**Exercise**
Where in the data below does the word "save" appear? Copy each line that holds it.

*** Data to use Section Begins ***

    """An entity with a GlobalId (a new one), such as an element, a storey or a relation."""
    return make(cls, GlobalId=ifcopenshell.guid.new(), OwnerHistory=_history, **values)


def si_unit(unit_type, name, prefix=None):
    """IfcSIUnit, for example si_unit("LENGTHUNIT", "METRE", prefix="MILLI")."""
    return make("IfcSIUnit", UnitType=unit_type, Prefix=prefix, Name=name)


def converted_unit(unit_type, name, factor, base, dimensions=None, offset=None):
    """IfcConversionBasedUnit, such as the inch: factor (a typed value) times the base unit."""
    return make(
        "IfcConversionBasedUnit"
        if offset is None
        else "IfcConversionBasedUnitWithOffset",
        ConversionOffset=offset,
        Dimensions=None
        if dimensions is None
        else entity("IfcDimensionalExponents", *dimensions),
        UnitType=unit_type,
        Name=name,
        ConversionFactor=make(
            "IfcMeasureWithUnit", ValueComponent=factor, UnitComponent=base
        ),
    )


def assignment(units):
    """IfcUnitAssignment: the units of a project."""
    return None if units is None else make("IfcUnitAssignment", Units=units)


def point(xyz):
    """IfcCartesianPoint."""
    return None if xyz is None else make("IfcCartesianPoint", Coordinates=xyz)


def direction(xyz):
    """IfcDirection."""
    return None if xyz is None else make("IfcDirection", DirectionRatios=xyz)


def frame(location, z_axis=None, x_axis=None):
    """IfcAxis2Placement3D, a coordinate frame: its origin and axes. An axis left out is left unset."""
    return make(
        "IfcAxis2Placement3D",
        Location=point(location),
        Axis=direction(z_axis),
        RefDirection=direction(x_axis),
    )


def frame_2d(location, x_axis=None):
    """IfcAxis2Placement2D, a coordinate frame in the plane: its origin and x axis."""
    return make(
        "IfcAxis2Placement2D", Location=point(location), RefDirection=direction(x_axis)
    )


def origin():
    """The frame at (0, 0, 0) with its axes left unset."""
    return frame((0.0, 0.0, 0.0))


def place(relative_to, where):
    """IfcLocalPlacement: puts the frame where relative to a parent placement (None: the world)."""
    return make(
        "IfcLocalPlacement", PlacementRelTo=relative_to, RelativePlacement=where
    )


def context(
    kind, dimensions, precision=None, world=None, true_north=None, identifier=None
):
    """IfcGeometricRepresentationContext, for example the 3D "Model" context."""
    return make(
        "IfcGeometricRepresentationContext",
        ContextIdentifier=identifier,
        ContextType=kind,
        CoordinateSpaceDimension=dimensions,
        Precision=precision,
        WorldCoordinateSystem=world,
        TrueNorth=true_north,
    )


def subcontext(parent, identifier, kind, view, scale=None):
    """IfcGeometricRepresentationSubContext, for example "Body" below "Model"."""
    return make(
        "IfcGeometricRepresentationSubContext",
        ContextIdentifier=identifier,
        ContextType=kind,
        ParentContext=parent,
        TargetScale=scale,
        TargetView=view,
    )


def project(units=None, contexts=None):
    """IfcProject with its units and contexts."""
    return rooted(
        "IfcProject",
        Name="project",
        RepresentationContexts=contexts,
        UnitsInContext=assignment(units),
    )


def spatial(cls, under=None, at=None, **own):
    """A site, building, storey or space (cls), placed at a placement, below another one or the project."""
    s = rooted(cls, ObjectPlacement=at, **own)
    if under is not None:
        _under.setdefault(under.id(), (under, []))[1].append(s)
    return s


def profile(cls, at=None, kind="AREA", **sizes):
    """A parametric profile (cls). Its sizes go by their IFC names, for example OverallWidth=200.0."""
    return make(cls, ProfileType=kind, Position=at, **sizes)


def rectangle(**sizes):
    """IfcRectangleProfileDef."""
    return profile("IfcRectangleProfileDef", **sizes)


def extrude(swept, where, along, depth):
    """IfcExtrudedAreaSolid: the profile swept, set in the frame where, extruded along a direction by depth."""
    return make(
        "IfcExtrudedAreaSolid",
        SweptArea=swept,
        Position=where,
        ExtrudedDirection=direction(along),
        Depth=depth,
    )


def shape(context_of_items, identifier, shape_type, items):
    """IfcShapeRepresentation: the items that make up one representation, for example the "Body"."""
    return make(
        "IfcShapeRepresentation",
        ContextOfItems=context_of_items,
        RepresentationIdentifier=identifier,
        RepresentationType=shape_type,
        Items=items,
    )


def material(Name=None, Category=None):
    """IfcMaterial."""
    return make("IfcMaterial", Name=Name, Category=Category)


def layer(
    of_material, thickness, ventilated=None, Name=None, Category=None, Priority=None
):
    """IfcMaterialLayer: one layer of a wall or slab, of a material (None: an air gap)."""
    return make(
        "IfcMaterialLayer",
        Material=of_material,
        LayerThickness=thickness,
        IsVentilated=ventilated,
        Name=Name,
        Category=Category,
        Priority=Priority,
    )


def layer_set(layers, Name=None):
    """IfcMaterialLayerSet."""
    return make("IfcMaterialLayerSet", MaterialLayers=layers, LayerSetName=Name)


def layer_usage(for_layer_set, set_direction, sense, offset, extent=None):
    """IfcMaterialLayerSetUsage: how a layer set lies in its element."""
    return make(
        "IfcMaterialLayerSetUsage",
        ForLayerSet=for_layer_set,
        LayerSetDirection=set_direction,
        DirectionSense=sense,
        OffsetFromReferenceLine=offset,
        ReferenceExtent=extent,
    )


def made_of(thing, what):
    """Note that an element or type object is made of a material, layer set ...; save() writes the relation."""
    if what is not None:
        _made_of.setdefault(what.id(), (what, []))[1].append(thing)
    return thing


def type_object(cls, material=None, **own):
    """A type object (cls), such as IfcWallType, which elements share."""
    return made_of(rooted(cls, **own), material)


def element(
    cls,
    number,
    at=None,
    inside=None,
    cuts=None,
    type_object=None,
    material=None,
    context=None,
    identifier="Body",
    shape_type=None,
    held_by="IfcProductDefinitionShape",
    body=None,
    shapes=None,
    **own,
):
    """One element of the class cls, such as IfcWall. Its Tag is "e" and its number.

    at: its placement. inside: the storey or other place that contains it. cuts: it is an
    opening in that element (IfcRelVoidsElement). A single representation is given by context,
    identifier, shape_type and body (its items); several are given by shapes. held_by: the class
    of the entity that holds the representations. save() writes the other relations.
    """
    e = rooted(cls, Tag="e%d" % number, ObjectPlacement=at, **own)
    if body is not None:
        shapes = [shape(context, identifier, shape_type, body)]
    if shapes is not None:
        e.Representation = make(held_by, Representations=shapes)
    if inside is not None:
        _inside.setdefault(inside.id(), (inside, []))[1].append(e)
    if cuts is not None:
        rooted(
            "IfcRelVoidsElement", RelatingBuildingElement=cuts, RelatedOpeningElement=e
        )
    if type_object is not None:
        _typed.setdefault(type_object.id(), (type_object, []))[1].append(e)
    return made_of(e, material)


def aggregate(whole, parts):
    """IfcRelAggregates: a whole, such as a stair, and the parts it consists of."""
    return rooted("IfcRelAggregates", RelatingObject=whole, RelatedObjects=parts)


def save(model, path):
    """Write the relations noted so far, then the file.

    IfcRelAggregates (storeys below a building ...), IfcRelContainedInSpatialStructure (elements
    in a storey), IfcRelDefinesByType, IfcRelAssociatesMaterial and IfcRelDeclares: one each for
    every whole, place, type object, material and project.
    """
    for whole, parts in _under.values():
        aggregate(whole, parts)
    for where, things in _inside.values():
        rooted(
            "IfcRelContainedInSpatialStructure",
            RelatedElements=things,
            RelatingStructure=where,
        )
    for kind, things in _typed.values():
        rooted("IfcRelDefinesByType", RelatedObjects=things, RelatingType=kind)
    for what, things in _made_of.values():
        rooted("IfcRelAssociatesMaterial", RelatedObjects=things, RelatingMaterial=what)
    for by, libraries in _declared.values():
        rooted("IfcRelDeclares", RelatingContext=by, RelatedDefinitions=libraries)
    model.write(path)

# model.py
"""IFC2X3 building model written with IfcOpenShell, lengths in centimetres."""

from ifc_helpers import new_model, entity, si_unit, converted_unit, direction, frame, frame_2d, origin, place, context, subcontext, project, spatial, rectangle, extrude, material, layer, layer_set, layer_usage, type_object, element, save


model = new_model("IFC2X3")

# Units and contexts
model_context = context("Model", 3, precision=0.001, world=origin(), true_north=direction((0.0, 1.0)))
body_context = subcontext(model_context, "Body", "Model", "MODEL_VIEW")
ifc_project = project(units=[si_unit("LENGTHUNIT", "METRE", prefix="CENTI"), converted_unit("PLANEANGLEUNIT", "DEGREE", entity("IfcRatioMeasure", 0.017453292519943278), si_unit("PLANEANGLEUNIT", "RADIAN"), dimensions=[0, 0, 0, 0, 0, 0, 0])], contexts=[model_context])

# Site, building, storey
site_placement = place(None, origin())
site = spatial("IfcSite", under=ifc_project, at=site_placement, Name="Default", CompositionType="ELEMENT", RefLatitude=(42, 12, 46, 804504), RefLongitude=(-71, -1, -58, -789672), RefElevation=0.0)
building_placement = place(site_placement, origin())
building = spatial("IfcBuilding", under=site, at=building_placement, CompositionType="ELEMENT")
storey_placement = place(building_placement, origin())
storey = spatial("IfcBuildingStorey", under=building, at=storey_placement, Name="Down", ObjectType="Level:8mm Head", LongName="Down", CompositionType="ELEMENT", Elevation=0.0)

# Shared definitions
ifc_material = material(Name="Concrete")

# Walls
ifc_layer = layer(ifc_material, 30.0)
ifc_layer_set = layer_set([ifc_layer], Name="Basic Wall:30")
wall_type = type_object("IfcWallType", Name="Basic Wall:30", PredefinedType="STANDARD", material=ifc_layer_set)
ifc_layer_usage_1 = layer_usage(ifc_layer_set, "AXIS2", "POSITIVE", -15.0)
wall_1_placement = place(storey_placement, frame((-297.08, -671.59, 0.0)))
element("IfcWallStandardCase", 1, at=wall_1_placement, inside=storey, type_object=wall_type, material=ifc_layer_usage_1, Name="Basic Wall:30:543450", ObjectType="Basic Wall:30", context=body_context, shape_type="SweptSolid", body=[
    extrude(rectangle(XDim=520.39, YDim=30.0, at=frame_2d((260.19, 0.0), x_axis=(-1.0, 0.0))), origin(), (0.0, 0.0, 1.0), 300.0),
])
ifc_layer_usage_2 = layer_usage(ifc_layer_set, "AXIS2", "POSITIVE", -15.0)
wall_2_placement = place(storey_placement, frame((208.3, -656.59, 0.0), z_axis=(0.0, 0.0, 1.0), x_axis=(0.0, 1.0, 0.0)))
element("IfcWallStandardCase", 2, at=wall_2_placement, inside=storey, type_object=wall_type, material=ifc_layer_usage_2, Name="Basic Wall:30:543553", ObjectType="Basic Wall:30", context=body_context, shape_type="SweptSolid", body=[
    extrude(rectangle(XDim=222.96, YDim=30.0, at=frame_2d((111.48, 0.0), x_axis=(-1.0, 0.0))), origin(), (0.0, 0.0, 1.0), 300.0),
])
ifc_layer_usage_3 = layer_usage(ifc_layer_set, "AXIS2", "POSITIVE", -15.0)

*** Data to use Section Ends ***

**Answer area**
    """Note that an element or type object is made of a material, layer set ...; save() writes the relation."""
    of the entity that holds the representations. save() writes the other relations.
def save(model, path):
from ifc_helpers import new_model, entity, si_unit, converted_unit, direction, frame, frame_2d, origin, place, context, subcontext, project, spatial, rectangle, extrude, material, layer, layer_set, layer_usage, type_object, element, save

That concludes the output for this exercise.